> **Exercise prompt**
Set each entry down exactly as written.

> **Dataset**
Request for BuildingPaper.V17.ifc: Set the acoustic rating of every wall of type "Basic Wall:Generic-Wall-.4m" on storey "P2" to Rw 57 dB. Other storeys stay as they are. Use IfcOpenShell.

First a look at what the model holds.

```python
import ifcopenshell
import ifcopenshell.util.element

model = ifcopenshell.open("BuildingPaper.V17.ifc")
print(model.schema)
storey = next(s for s in model.by_type("IfcBuildingStorey") if s.Name == "P2")
walls = [e for e in ifcopenshell.util.element.get_decomposition(storey) if e.is_a("IfcWall")]
seen = {}
for e in walls:
    element_type = ifcopenshell.util.element.get_type(e)
    key = (element_type.Name if element_type != e and element_type else None, ifcopenshell.util.element.get_pset(e, "Pset_WallCommon", "AcousticRating"))
    seen[key] = seen.get(key, 0) + 1
for (name, value), count in sorted(seen.items(), key=str):
    print(count, "x", name, "|", value)
```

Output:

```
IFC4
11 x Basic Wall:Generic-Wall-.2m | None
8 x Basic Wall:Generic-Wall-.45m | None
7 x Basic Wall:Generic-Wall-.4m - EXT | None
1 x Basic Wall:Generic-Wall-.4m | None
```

```python
import ifcopenshell
import ifcopenshell.api.pset
import ifcopenshell.util.element

model = ifcopenshell.open("BuildingPaper.V17.ifc")

storey = next(s for s in model.by_type("IfcBuildingStorey") if s.Name == "P2")
walls = [e for e in ifcopenshell.util.element.get_decomposition(storey) if e.is_a("IfcWall")]

count = 0
for e in walls:
    element_type = ifcopenshell.util.element.get_type(e)
    if element_type in (None, e) or element_type.Name != "Basic Wall:Generic-Wall-.4m":
        continue
    # add_pset returns the element's existing set when there is one.
    pset = ifcopenshell.api.pset.add_pset(model, product=e, name="Pset_WallCommon")
    ifcopenshell.api.pset.edit_pset(model, pset=pset, properties={"AcousticRating": "Rw 57 dB"})
    count += 1

print(count, "walls updated")

model.write("BuildingPaper.V17_edited.ifc")
```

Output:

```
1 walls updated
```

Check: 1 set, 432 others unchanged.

> **Reply to the task**
Request for BuildingPaper.V17.ifc: Set the acoustic rating of every wall of type "Basic Wall:Generic-Wall-.4m" on storey "P2" to Rw 57 dB. Other storeys stay as they are. Use IfcOpenShell.

First a look at what the model holds.

```python
import ifcopenshell
import ifcopenshell.util.element

model = ifcopenshell.open("BuildingPaper.V17.ifc")
print(model.schema)
storey = next(s for s in model.by_type("IfcBuildingStorey") if s.Name == "P2")
walls = [e for e in ifcopenshell.util.element.get_decomposition(storey) if e.is_a("IfcWall")]
seen = {}
for e in walls:
    element_type = ifcopenshell.util.element.get_type(e)
    key = (element_type.Name if element_type != e and element_type else None, ifcopenshell.util.element.get_pset(e, "Pset_WallCommon", "AcousticRating"))
    seen[key] = seen.get(key, 0) + 1
for (name, value), count in sorted(seen.items(), key=str):
    print(count, "x", name, "|", value)
```

Output:

```
IFC4
11 x Basic Wall:Generic-Wall-.2m | None
8 x Basic Wall:Generic-Wall-.45m | None
7 x Basic Wall:Generic-Wall-.4m - EXT | None
1 x Basic Wall:Generic-Wall-.4m | None
```

```python
import ifcopenshell
import ifcopenshell.api.pset
import ifcopenshell.util.element

model = ifcopenshell.open("BuildingPaper.V17.ifc")

storey = next(s for s in model.by_type("IfcBuildingStorey") if s.Name == "P2")
walls = [e for e in ifcopenshell.util.element.get_decomposition(storey) if e.is_a("IfcWall")]

count = 0
for e in walls:
    element_type = ifcopenshell.util.element.get_type(e)
    if element_type in (None, e) or element_type.Name != "Basic Wall:Generic-Wall-.4m":
        continue
    # add_pset returns the element's existing set when there is one.
    pset = ifcopenshell.api.pset.add_pset(model, product=e, name="Pset_WallCommon")
    ifcopenshell.api.pset.edit_pset(model, pset=pset, properties={"AcousticRating": "Rw 57 dB"})
    count += 1

print(count, "walls updated")

model.write("BuildingPaper.V17_edited.ifc")
```

Output:

```
1 walls updated
```

Check: 1 set, 432 others unchanged.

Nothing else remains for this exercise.